8話
いつのまにか、斬るものがなくなってた。
向かってくるやつも囲むやつもいなくなってた。逃げたのか、尽きたのか、それとも、これ以上は無駄だと退いたのか。俺にはわからない。ただ気づいたら、白い場所には俺ひとりが残されてた。
あれだけ満ちてた気配は、あらかた消えてる。静かだった。代わりに無数の光の粒が行き場をなくして、ゆっくり漂ってる。俺が散らした神々の、使徒たちの、天使たちの——なれの果てだった。
俺は立ってた。左腕もなく、右目もなく、残った右手をだらりと下げたまま。
そうして待った。これだけのことをやったんだ。これだけ屠ったんだ。だから何かが戻ってきて欲しかった。少しでいい。ほんの少しでも。

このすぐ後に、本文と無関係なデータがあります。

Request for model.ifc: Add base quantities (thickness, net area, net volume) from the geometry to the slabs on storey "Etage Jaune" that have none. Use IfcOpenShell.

First a look at what the model holds.

```python
import ifcopenshell
import ifcopenshell.util.element
import ifcopenshell.util.unit

model = ifcopenshell.open("model.ifc")
print(model.schema)
for unit_type in ("LENGTHUNIT", "AREAUNIT", "VOLUMEUNIT"):
    print(unit_type, ifcopenshell.util.unit.calculate_unit_scale(model, unit_type))
storey = next(s for s in model.by_type("IfcBuildingStorey") if s.Name == "Etage Jaune")
slabs = [e for e in ifcopenshell.util.element.get_decomposition(storey) if e.is_a("IfcSlab")]
for e in sorted(slabs, key=lambda e: e.id()):
    print(e.id(), e.is_a(), e.Name, list(ifcopenshell.util.element.get_psets(e, qtos_only=True)), sep=" | ")
```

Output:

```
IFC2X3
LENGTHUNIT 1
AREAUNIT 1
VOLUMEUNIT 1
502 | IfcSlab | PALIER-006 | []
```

```python
import ifcopenshell
import ifcopenshell.api.pset
import ifcopenshell.geom
import ifcopenshell.util.element
import ifcopenshell.util.shape
import ifcopenshell.util.unit

model = ifcopenshell.open("model.ifc")
unit_scale = ifcopenshell.util.unit.calculate_unit_scale(model)
area_scale = ifcopenshell.util.unit.calculate_unit_scale(model, "AREAUNIT")
volume_scale = ifcopenshell.util.unit.calculate_unit_scale(model, "VOLUMEUNIT")
settings = ifcopenshell.geom.settings()

storey = next(s for s in model.by_type("IfcBuildingStorey") if s.Name == "Etage Jaune")
slabs = [e for e in ifcopenshell.util.element.get_decomposition(storey) if e.is_a("IfcSlab")]

for e in sorted(slabs, key=lambda e: e.id()):
    if ifcopenshell.util.element.get_psets(e, qtos_only=True, should_inherit=False):
        continue
    # Geometry comes back in metres, in the element's own axes.
    shape = ifcopenshell.geom.create_shape(settings, e)
    values = {
        "Width": ifcopenshell.util.shape.get_z(shape.geometry) / unit_scale,
        "NetArea": ifcopenshell.util.shape.get_footprint_area(shape.geometry) / area_scale,
        "NetVolume": ifcopenshell.util.shape.get_volume(shape.geometry) / volume_scale,
    }
    qto = ifcopenshell.api.pset.add_qto(model, product=e, name="BaseQuantities")
    ifcopenshell.api.pset.edit_qto(model, qto=qto, properties=values)
    print(e.id(), {k: round(v, 3) for k, v in values.items()})

model.write("model_updated.ifc")
```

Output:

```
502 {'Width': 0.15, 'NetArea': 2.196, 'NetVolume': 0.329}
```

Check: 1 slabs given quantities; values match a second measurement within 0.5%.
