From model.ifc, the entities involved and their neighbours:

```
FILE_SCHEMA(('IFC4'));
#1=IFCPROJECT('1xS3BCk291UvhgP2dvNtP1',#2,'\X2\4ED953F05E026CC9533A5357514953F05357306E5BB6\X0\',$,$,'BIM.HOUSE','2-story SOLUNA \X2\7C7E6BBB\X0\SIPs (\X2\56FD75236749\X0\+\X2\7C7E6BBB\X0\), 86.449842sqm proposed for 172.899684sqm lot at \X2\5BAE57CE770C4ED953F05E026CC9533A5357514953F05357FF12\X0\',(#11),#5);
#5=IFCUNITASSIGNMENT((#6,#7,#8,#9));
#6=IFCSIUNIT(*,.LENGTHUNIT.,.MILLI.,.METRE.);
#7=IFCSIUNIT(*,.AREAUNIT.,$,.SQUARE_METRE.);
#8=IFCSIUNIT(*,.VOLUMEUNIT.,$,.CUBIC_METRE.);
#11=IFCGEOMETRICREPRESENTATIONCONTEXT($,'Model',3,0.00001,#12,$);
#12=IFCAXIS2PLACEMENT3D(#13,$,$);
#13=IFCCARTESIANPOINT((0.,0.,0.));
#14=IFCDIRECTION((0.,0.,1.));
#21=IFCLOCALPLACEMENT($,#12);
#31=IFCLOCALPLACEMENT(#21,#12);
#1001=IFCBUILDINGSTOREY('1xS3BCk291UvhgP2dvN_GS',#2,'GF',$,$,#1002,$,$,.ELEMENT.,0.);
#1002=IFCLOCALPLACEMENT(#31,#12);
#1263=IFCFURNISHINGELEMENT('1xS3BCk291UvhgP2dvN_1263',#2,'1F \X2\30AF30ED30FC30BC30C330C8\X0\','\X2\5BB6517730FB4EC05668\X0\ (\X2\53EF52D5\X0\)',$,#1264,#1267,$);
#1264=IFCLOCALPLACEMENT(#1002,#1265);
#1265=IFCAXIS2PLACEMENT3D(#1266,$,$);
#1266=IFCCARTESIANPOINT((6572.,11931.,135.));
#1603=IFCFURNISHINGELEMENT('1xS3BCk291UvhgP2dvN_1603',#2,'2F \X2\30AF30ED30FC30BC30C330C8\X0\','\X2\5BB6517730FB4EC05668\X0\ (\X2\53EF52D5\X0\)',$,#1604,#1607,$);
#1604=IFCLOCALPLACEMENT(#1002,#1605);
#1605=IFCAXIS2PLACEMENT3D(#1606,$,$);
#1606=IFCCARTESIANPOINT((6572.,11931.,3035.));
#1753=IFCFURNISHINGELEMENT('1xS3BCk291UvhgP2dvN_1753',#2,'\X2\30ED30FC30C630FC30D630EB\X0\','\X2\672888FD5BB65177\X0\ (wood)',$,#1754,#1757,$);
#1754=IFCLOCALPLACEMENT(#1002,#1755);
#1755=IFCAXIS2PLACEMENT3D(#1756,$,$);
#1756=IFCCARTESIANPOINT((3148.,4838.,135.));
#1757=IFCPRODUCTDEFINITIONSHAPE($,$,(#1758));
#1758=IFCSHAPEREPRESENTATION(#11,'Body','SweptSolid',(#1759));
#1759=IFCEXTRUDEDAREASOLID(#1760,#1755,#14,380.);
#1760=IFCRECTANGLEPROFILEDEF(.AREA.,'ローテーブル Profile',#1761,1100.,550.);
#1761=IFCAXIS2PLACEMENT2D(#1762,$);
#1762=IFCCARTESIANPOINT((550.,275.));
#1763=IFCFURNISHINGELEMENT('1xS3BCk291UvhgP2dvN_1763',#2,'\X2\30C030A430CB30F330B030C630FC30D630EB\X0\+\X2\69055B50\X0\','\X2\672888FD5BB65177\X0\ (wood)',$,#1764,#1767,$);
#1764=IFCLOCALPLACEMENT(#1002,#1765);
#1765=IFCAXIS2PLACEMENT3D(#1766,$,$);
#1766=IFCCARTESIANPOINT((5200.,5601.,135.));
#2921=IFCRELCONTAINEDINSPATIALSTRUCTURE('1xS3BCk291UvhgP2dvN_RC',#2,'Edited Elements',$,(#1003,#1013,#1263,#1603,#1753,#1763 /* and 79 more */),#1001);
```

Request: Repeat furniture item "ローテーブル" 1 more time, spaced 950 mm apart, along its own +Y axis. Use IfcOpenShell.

```python
import ifcopenshell
import ifcopenshell.api.geometry
import ifcopenshell.api.root
import ifcopenshell.util.element
import ifcopenshell.util.placement
import ifcopenshell.util.unit

model = ifcopenshell.open("model.ifc")
unit_scale = ifcopenshell.util.unit.calculate_unit_scale(model)


def reuse_history(source, copy):
    """copy_class also copies each property set's owner history, people and application; keep the originals."""
    for rel in copy.IsDefinedBy:
        if rel.is_a("IfcRelDefinesByProperties") and (history := rel.RelatingPropertyDefinition.OwnerHistory):
            rel.RelatingPropertyDefinition.OwnerHistory = source.OwnerHistory
            ifcopenshell.util.element.remove_deep2(model, history)


source = model.by_guid("1xS3BCk291UvhgP2dvN_1753")
base = ifcopenshell.util.placement.get_local_placement(source.ObjectPlacement)
step = base[:3, 1] * 0.95 / unit_scale

for i in range(1, 2):
    copy = ifcopenshell.api.root.copy_class(model, product=source)
    copy.Representation = ifcopenshell.util.element.copy_deep(
        model, source.Representation, exclude=["IfcGeometricRepresentationContext", "IfcRepresentationMap"]
    )
    reuse_history(source, copy)
    matrix = base.copy()
    matrix[:3, 3] += i * step
    print("added at", matrix[:3, 3].round(3) + 0.0)
    ifcopenshell.api.geometry.edit_object_placement(model, product=copy, matrix=matrix, is_si=False)

model.write("model_v2.ifc")
```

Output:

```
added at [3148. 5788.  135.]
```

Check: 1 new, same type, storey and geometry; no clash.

戻らなかった。相棒も、妹も、父さんも母さんも、あのあたたかい毎日も。俺が失ってきたものはひとつも返ってこなかった。当たり前だ。ここにそれを返せるやつなんて、はじめからいなかったんだから。
胸の穴は埋まるどころか広がってた。
屠れば屠るほど深くなってた。屠った数だけわかってしまうからだ。こいつも違った。こいつも違った。俺がこの手にかけた神も使徒も天使も、誰ひとり俺を弄んだあいつじゃなかった。
詫びてたやつを斬った。鎮めようとしたやつを斬った。ただそこに在っただけのやつらを片っ端から屠った。俺の本当の憎しみとは何の関わりもないやつらを。
あいつはここにいなかった。ずっといなかったんだ。
俺が最初に斬ったあの詫びる神も、伝えようとしてたのかもしれない。あいつはここにはいない、手の届かない場所に封じられてるんだ、と。でも俺は聞かなかったし、聞けなかった。真っ黒に塗り潰された頭で、ただ手の届くやつを殺し続けただけだった。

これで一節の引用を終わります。